O ex-secretário-executivo do Ministério da Saúde, Élcio Franco, confirmou que o referido documento chegou na data informada por Luís Ricardo Miranda, ou seja, 18 de fevereiro. “Ele foi recebido pelo Ministério da Saúde em 18 de março e previa o pagamento antecipado e três milhões de doses”, disse Franco. Portanto, o principal “desmentido” de Maximiano caiu por terra pelas palavras do próprio governo. Se só tivesse chegado ao Ministério no dia 22, como alega o empresário, Bolsonaro não poderia tê-lo visto no dia 20 e considerado um documento “grave”?
Diante do desmentido, a narrativa arranjada por Maximiano mudou novamente. Ele disse que não houve envio de um “invoice”, mas sim um outro documento chamado de “proforma invoice”. A diferença, segundo o atravessador, é que a segunda opção “é similar à fatura comercial definitiva, porém com características de um orçamento”. “Ou seja, não geraria a obrigação de pagamento por parte do comprador”, afirmou, completando que “o que foi enviado ao departamento de importação dias depois da reunião com o presidente foi o proforma”. Mas, era a tal “proforma”, cheia das maracutaias, que eles queriam que Luís Ricardo assinasse rapidamente para liberar a importação fraudada.
Inclusive, na CPI, o servidor Luis Ricardo Miranda narra ter recebido da Precisa o pedido de início do processo de importação em 16 de março. “No dia 18, o setor de importação recebe um link do site Dropbox contendo todos os documentos, inclusive a primeira invoice”, disse o técnico aos senadores, em 25 de junho.
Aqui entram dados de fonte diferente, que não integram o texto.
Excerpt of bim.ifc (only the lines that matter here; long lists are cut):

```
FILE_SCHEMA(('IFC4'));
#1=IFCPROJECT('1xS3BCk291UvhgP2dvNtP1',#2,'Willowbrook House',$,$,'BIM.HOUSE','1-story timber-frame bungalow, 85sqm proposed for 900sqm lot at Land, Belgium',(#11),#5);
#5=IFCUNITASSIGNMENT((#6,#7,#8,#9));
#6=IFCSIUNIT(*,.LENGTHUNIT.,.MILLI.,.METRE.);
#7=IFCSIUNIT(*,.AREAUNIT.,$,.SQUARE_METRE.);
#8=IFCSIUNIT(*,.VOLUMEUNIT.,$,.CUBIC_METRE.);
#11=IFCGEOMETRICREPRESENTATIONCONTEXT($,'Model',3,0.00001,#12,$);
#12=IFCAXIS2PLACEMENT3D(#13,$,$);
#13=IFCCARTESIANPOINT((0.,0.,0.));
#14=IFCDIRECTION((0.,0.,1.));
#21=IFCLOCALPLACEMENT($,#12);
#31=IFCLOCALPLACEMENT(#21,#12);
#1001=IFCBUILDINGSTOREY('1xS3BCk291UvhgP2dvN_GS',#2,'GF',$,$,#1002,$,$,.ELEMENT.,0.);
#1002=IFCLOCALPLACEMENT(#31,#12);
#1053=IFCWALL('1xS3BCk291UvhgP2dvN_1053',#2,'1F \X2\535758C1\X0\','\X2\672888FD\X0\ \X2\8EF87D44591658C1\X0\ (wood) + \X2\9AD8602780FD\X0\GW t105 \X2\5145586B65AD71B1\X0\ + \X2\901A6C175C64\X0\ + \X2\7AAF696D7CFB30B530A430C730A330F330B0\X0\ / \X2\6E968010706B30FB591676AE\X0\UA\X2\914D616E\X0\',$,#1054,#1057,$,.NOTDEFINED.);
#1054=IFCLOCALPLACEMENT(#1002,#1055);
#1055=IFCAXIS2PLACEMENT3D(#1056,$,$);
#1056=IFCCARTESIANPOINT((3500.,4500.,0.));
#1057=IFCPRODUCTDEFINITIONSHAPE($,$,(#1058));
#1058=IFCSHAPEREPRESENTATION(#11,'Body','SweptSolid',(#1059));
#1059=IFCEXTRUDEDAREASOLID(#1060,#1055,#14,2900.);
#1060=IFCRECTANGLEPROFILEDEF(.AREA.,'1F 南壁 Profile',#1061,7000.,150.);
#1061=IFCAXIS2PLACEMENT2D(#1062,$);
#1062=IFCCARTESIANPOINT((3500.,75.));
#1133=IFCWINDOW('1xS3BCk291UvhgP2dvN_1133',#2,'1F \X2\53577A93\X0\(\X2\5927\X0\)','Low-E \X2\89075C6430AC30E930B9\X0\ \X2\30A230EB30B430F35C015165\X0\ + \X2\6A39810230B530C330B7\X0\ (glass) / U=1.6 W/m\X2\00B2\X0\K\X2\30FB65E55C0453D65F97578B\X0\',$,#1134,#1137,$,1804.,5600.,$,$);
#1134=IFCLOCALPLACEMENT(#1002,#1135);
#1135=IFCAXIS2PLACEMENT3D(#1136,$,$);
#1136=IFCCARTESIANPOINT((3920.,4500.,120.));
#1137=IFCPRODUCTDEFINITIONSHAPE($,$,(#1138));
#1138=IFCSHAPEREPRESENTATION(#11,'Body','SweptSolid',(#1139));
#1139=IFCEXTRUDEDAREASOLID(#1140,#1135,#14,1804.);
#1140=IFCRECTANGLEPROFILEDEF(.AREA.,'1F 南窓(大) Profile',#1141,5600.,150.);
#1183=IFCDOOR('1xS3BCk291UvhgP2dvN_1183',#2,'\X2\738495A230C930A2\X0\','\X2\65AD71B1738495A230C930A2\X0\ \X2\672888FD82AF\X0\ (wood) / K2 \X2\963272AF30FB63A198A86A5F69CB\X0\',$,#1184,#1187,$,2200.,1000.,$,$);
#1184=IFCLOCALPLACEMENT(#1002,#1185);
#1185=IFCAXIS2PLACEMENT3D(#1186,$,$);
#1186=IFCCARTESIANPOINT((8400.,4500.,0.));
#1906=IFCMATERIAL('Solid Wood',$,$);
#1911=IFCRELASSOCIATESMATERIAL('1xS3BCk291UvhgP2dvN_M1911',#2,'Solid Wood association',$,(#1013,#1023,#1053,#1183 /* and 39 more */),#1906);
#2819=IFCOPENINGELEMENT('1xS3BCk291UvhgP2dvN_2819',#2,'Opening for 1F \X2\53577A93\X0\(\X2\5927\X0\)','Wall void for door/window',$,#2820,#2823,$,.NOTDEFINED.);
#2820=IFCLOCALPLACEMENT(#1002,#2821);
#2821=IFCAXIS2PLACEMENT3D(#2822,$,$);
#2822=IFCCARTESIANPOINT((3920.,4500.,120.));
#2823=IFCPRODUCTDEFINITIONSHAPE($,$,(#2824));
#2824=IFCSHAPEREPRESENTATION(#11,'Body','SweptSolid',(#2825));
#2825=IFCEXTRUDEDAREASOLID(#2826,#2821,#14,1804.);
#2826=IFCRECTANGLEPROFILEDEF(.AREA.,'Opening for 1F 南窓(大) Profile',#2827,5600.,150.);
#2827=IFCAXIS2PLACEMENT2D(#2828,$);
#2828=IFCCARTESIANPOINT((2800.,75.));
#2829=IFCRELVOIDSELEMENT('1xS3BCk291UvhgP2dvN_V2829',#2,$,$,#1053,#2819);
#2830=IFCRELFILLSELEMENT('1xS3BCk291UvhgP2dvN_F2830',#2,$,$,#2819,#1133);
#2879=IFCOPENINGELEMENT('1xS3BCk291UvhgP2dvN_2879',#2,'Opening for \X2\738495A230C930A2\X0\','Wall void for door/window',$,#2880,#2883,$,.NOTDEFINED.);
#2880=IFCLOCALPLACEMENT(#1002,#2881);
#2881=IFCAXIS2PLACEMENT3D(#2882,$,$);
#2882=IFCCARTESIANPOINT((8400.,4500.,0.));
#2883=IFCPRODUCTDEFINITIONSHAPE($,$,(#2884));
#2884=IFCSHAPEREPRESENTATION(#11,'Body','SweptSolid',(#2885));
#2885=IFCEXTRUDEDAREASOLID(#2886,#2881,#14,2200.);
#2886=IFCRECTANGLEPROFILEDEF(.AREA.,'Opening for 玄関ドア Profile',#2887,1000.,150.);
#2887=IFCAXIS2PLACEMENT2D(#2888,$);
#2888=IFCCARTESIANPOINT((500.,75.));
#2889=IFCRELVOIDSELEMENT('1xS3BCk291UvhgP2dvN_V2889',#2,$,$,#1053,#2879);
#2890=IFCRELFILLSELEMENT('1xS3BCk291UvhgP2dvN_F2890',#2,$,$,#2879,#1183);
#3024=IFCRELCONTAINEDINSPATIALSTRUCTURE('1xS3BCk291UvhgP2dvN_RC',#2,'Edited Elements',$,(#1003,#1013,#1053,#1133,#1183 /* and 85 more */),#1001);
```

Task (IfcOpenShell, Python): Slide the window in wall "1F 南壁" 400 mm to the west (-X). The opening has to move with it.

```python
import ifcopenshell
import ifcopenshell.api.geometry
import ifcopenshell.util.placement

model = ifcopenshell.open("bim.ifc")

window = model.by_guid("1xS3BCk291UvhgP2dvN_1133")
opening = window.FillsVoids[0].RelatingOpeningElement
wall = opening.VoidsElements[0].RelatingBuildingElement

wall_matrix = ifcopenshell.util.placement.get_local_placement(wall.ObjectPlacement)
shift = wall_matrix[:3, 0] * -400.0
before = ifcopenshell.util.placement.get_local_placement(window.ObjectPlacement)[:3, 3].copy()

# The window is not placed relative to its opening, so move both.
for product in (opening, window):
    matrix = ifcopenshell.util.placement.get_local_placement(product.ObjectPlacement)
    matrix[:3, 3] += shift
    ifcopenshell.api.geometry.edit_object_placement(model, product=product, matrix=matrix, is_si=False)

after = ifcopenshell.util.placement.get_local_placement(window.ObjectPlacement)[:3, 3]
print("window moved by", (after - before).round(3) + 0.0)

model.write("bim_v2.ifc")
```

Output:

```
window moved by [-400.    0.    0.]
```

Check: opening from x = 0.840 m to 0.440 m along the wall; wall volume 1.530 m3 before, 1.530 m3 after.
Diferente da forma como agiu com as outras vacinas, o empenho de R$ 1,6 bilhão foi assinado às pressas, antes mesmo da aprovação da vacina. O senador Randolfe Rodrigues (Rede-AP), vice-presidente da CPI, e o relator, senador Renan Calheiros (MDB-AL), estão convencidos de que o governo retardou a aquisição de vacinas até conseguir montar um esquema de propina.
Maximiano não quis falar aos senadores e agora manipula a data de um documento que foi enviado ao ministério. Ele até admite que continha “erros”. “Nesse primeiro pedido de correção, enviado em 23 de março, nem sequer são mencionados problemas como a indicação equivocada sobre pagamento antecipado”, disse.
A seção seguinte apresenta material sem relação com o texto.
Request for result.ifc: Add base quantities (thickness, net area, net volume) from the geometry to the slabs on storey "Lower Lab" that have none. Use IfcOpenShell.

First a look at what the model holds.

```python
import ifcopenshell
import ifcopenshell.util.element
import ifcopenshell.util.unit

model = ifcopenshell.open("result.ifc")
print(model.schema)
for unit_type in ("LENGTHUNIT", "AREAUNIT", "VOLUMEUNIT"):
    print(unit_type, ifcopenshell.util.unit.calculate_unit_scale(model, unit_type))
storey = next(s for s in model.by_type("IfcBuildingStorey") if s.Name == "Lower Lab")
slabs = [e for e in ifcopenshell.util.element.get_decomposition(storey) if e.is_a("IfcSlab")]
for e in sorted(slabs, key=lambda e: e.id()):
    print(e.id(), e.is_a(), e.Name, list(ifcopenshell.util.element.get_psets(e, qtos_only=True)), sep=" | ")
```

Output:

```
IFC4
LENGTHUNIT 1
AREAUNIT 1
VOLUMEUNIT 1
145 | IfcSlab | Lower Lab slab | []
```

```python
import ifcopenshell
import ifcopenshell.api.pset
import ifcopenshell.geom
import ifcopenshell.util.element
import ifcopenshell.util.shape
import ifcopenshell.util.unit

model = ifcopenshell.open("result.ifc")
unit_scale = ifcopenshell.util.unit.calculate_unit_scale(model)
area_scale = ifcopenshell.util.unit.calculate_unit_scale(model, "AREAUNIT")
volume_scale = ifcopenshell.util.unit.calculate_unit_scale(model, "VOLUMEUNIT")
settings = ifcopenshell.geom.settings()

storey = next(s for s in model.by_type("IfcBuildingStorey") if s.Name == "Lower Lab")
slabs = [e for e in ifcopenshell.util.element.get_decomposition(storey) if e.is_a("IfcSlab")]

for e in sorted(slabs, key=lambda e: e.id()):
    if ifcopenshell.util.element.get_psets(e, qtos_only=True, should_inherit=False):
        continue
    # Geometry comes back in metres, in the element's own axes.
    shape = ifcopenshell.geom.create_shape(settings, e)
    values = {
        "Width": ifcopenshell.util.shape.get_z(shape.geometry) / unit_scale,
        "NetArea": ifcopenshell.util.shape.get_footprint_area(shape.geometry) / area_scale,
        "NetVolume": ifcopenshell.util.shape.get_volume(shape.geometry) / volume_scale,
    }
    qto = ifcopenshell.api.pset.add_qto(model, product=e, name="Qto_SlabBaseQuantities")
    ifcopenshell.api.pset.edit_qto(model, qto=qto, properties=values)
    print(e.id(), {k: round(v, 3) for k, v in values.items()})

model.write("result_edited.ifc")
```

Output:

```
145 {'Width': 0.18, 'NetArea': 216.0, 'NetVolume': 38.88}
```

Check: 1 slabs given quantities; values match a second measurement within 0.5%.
Achando que os senadores são idiotas, o sócio da Precisa disse que esses erros “inocentes” – que significariam um golpe de US$ 45 milhões nos cofres públicos – foram constatados não pelo servidor pressionado a assinar, mas pela própria empresa, como se isso pudesse colar. Se a recusa do servidor em endossar a importação criminosa não tivesse se mantido, a propina certamente teria sido depositada no paraíso fiscal. Por isso, a ira com os irmãos Miranda.